Source : Les Mots et les sons, un archipel sonore, par François J. Bonnet, préface de Peter Szendyn éditions de l’Éclat, collection poche.
Les problématiques liées au silence forment un monde
vaste où il est aisé de se perdre. Pour atteindre le propre du silence,
c’est-à-dire sa dimension sensible, il faut partie à sa recherche, chercher à
l’éprouver. Une telle expérience a été réalisée dans les années cinquante par
John Cage.
« Lorsque, entrant dans une chambre anéchoïde,
aussi silencieuse qu’il est techniquement possible en 1951, on découvre qu’on
entend deux sons créés non intentionnellement par soi-même (l’opération
systématique des nerfs, la circulation du sang), alors la situation dans
laquelle de toute évidence on se trouve n’est pas objective (son silence), mais
bien plutôt subjective, uniquement des sons. »
Les nombreux commentaires traitant de cette expérience
aboutissent la plupart du temps l’assertion suivante : « Le silence
n’existe pas. » Or, précisément, le silence ex-iste, se tient en dehors de
notre champ d’expérience. Le silence absolu existe bel et bien. Dans un espace
où aucun médium ne permet de le transmettre, dans le vide, le silence règne.
Mais ce que révèle l’expérience de Cage, c’est que personne, jamais ne pourra
percevoir le silence, que le silence est proprement inaudible. On ne pourra
jamais faire l’expérience de l’absence de son. Le silence existe, mais pour
personne. Aucune écoute ne peut l’atteindre. Aussi, un auditeur, lui-même
émetteur de bruit et subjectivement responsable de sa perception, ne pourra
jamais entendre le silence.
On considère donc le silence comme une absence de son.
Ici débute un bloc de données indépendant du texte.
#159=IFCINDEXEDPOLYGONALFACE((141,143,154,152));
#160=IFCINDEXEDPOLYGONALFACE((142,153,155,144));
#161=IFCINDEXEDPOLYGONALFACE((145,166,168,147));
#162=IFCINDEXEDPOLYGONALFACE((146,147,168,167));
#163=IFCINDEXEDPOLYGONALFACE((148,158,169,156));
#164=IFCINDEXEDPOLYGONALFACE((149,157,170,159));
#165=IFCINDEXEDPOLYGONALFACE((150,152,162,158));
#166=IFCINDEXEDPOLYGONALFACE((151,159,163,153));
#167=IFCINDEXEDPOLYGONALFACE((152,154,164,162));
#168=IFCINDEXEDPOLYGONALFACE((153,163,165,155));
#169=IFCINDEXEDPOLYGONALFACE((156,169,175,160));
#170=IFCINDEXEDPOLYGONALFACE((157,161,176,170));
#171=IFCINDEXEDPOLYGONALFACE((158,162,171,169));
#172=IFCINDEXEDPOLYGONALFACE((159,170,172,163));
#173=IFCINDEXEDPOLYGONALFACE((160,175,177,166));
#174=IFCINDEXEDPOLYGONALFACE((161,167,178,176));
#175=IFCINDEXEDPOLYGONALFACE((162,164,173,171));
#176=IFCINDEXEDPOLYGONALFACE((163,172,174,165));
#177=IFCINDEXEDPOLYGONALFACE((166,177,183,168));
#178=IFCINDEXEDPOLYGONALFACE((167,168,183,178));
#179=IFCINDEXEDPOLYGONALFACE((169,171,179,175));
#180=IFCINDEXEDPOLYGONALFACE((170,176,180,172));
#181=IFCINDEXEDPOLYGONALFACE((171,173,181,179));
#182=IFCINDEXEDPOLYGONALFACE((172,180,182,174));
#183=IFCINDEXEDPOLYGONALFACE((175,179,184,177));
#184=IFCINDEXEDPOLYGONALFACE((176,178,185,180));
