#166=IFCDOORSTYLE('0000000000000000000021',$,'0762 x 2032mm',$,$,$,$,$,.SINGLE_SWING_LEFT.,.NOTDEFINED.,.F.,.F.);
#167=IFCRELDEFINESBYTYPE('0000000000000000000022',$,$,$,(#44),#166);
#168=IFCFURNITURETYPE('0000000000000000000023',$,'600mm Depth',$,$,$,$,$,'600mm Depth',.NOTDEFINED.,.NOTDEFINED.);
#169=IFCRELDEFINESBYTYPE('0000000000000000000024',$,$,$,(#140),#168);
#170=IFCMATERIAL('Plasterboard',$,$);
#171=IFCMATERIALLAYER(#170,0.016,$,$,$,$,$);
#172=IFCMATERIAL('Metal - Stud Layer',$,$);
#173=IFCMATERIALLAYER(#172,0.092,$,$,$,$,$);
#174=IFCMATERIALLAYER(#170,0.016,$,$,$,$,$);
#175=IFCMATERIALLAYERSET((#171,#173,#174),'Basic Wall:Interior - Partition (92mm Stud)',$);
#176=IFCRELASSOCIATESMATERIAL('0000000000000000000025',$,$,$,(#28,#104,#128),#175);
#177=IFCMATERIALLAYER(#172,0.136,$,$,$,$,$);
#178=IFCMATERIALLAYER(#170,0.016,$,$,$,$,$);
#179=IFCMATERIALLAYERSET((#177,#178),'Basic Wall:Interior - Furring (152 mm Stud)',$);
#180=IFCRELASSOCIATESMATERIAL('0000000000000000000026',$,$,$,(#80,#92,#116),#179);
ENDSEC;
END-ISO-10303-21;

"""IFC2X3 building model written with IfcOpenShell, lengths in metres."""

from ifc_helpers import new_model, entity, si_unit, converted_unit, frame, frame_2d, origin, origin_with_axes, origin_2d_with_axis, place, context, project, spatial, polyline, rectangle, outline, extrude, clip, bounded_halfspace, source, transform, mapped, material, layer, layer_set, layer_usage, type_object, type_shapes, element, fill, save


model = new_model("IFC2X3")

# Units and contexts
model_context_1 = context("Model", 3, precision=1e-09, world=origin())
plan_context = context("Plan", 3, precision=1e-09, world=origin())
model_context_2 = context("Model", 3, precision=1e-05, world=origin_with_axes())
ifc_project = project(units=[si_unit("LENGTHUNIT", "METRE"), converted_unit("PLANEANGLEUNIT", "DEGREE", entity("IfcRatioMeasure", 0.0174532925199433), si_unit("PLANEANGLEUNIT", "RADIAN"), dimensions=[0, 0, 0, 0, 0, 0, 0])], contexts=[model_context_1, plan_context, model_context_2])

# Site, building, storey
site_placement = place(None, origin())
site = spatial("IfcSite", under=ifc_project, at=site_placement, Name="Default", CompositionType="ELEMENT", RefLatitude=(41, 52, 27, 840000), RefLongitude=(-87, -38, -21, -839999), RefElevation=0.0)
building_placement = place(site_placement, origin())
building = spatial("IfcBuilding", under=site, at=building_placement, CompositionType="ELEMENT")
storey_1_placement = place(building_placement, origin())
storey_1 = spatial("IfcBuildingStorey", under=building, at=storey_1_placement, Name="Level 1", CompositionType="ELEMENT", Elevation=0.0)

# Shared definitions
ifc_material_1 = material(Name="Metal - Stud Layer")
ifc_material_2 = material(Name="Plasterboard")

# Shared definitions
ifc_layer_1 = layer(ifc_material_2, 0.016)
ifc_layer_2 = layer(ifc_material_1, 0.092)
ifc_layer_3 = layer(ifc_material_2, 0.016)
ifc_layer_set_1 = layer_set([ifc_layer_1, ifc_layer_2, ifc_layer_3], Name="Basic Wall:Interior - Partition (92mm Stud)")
L’expérience de Cage montre que cette absence. Cependant, elle peut être,
parfois, suffisante. Dans chaque contexte sonore, il existe un seuil de bruit
en deçà duquel le silence règne, c’est-à-dire en deçà duquel le son est
inaudible. L’oreille aurait pu l’entendre, mais elle n’y a pas porté attention.
La mémoire l’a oublié, il n’a pas fait trace. Il n’a, pour l’auditeur, jamais
existé en tant que son, mais seulement en tant que silence. Un tel silence,
parfois, se nomme bruit de fond.
Le silence est ainsi toujours déjà son, tout en étant
dans le même temps la limite absolue de sa disparition. Si le silence est
toujours sonore, s’il est toujours bruit, alors, comme le suggère Daniel
Charles, « ne faut-il pas aller jusqu’au bout et poser l’identité du
silence et du bruit ? »
Une telle identité constitue le bruit de fon, son qui n’est déjà plus présent, mais pas tout à fait absent, bruit qui ne se présente pas à l’écoute, car l’écoute le néglige. Mais si le bruit et le silence peuvent se rejoindre et s’identifier sur cette ligne de crête qu’est le bruit de fond, ils ne sont pas pour autant assimilables l’un à l’autre au regard de leurs fonctions symboliques, sociales ou sacrées.